The freelance writing world is growing every day with more and more writers competing for the same jobs. It must be a challenging task to sift through so many applications from qualified writers. When I apply for new freelance writing jobs, I do so with both the competition and the potential client in mind. After all, I want to stand out in the best possible way.

Research the client
Before I apply for a job, I take the time to research the client/business to learn as much about them as possible.This enables me to write a cover letter specific to that client and tailor my abilities to meet their needs.One thing I learned from doing this for so long, is that most potential clients can sniff out a cookie cutter cover letter from a mile away. They want someone who feels they can solve a unique problem and not just say what everyone wants to hear.

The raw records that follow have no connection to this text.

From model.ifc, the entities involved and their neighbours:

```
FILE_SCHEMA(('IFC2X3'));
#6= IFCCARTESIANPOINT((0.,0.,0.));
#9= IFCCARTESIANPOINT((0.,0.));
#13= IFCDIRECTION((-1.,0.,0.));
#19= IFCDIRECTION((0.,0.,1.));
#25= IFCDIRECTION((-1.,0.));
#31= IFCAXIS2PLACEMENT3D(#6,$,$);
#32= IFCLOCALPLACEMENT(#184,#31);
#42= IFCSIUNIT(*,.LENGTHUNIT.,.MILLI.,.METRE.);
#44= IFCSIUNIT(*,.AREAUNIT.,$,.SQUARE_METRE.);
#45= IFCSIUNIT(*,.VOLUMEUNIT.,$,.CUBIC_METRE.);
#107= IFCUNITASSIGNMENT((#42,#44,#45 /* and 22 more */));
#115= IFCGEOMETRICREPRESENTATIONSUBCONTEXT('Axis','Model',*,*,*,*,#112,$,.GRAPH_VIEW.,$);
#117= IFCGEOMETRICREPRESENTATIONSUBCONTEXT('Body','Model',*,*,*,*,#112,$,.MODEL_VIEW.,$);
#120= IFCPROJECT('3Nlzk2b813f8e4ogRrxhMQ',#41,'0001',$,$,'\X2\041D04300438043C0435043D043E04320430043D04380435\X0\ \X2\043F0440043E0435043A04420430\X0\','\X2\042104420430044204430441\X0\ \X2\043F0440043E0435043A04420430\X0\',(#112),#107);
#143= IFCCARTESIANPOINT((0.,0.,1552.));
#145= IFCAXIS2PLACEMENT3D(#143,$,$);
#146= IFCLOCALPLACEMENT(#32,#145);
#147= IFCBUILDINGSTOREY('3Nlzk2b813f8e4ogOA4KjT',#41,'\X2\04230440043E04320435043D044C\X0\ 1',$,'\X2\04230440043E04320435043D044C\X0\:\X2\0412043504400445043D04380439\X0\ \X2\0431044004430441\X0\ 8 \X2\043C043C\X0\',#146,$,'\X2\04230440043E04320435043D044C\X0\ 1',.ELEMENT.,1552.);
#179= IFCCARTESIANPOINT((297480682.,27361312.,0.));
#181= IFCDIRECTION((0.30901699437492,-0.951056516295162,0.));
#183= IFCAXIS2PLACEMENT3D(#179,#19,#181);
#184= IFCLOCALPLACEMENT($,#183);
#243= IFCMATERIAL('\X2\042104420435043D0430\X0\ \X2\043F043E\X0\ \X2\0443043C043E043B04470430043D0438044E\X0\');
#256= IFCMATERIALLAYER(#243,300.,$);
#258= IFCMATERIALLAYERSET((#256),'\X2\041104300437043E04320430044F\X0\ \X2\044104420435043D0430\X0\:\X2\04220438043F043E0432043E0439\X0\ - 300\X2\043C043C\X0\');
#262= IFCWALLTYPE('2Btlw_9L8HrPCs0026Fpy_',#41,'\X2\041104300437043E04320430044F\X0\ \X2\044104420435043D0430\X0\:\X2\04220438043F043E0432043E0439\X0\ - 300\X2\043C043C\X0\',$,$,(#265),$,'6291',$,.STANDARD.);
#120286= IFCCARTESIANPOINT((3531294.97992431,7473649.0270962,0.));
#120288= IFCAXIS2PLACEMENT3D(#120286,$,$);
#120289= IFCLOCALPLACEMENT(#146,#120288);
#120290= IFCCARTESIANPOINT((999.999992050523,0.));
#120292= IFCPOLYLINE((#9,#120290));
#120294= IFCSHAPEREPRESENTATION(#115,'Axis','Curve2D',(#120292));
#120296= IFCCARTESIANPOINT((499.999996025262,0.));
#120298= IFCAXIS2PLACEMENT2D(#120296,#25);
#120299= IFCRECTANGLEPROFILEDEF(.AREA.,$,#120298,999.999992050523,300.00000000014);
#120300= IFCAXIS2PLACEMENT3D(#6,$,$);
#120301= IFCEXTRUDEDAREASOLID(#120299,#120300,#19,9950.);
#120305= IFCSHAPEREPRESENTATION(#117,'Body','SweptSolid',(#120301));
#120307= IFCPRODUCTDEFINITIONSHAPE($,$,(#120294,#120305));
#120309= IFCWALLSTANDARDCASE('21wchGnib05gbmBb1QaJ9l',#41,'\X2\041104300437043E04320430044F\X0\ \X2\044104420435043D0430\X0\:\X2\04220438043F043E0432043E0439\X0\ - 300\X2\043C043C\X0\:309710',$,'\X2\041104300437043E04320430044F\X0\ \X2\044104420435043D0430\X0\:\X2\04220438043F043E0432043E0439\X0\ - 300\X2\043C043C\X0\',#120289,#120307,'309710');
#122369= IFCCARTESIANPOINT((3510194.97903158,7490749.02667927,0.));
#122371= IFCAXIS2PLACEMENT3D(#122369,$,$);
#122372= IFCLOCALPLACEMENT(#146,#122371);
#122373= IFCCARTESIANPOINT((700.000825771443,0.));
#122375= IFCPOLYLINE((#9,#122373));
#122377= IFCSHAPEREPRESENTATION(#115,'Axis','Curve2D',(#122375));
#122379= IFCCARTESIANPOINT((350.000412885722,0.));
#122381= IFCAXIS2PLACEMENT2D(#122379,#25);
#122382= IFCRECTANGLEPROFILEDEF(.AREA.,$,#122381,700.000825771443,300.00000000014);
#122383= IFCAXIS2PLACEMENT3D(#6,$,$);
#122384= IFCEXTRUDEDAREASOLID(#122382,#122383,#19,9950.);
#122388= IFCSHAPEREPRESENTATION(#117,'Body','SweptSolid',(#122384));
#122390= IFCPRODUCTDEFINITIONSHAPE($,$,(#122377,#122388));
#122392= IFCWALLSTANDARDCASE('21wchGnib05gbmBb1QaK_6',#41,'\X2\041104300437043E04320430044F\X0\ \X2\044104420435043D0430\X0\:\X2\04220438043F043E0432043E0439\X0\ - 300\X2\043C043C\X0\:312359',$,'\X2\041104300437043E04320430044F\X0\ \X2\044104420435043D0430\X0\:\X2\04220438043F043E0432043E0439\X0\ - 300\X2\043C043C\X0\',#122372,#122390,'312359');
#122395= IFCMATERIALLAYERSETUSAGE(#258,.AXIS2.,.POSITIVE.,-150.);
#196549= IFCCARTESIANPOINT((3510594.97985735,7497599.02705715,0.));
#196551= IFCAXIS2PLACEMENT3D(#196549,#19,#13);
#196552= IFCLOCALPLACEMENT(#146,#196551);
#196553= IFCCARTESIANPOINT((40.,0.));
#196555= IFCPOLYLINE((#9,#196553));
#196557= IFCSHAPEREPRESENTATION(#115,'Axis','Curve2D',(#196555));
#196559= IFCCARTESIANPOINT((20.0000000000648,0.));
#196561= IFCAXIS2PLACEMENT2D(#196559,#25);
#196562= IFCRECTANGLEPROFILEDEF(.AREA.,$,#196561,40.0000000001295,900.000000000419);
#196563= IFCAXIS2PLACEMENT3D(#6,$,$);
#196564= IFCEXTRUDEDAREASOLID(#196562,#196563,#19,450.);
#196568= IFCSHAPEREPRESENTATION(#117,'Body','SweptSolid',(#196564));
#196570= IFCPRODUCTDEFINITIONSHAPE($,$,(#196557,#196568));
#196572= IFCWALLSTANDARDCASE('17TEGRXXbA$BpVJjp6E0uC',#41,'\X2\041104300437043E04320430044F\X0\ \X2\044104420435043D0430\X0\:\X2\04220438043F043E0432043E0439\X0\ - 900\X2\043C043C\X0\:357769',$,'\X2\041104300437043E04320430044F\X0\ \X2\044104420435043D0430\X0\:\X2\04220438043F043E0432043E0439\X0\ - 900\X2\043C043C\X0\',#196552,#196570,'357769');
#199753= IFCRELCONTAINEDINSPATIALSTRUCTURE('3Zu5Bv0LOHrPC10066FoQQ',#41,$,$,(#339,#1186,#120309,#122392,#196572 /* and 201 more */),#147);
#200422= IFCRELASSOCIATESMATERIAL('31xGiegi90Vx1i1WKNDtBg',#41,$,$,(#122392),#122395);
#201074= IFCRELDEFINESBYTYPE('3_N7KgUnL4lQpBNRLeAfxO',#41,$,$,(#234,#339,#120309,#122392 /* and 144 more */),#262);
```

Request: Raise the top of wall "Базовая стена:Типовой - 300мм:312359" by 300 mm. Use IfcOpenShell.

```python
import ifcopenshell
import ifcopenshell.geom
import ifcopenshell.util.representation
import ifcopenshell.util.shape
import ifcopenshell.util.unit

model = ifcopenshell.open("model.ifc")
unit_scale = ifcopenshell.util.unit.calculate_unit_scale(model)
settings = ifcopenshell.geom.settings()


def volume(element):
    """Net volume in cubic metres, openings subtracted."""
    shape = ifcopenshell.geom.create_shape(settings, element)
    return ifcopenshell.util.shape.get_volume(shape.geometry)


wall = model.by_id(122392)
before = volume(wall)

body = ifcopenshell.util.representation.get_representation(wall, "Model", "Body")
solid = body.Items[0]
old_height = solid.Depth
solid.Depth += 0.3 / unit_scale
after = volume(wall)

print(f"height {old_height:g} -> {solid.Depth:g}, volume {before:.3f} -> {after:.3f} m3")

model.write("model_rev.ifc")
```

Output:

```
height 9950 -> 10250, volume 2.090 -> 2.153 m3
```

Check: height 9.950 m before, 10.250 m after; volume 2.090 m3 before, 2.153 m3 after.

It's important to make sure the application is specific to the client.

Provide relevant samples
All experienced writers have published samples they provide to potential clients in order to give them an idea of their writing style, knowledge, and ability to research and write certain topics. Many private clients want to hire writers that have knowledge of a particular topic, rather than hire generalists who can Google and rewrite information. So I only apply for jobs in which I know the subject matter and have writing samples to back up my claims. This serves two purposes - 1. It shows the client I know my stuff in relation to that topic, 2. I don't waste my time (or the potential client's) applying for something in which I'm not qualified.

Don't use a lot of jargon
I find that potential clients want straight talk; What can I do for them and how will I get it done? They don't want to hear a lot of buzzwords or boasting. While it's important to talk up my skills and achievements, that stuff isn't important unless it relates to the client. So rather than make it about me,I make it about them and what I can do for them.

So those are my tips. How do you showcase your expertise and make your application(s) stand out from the crowd?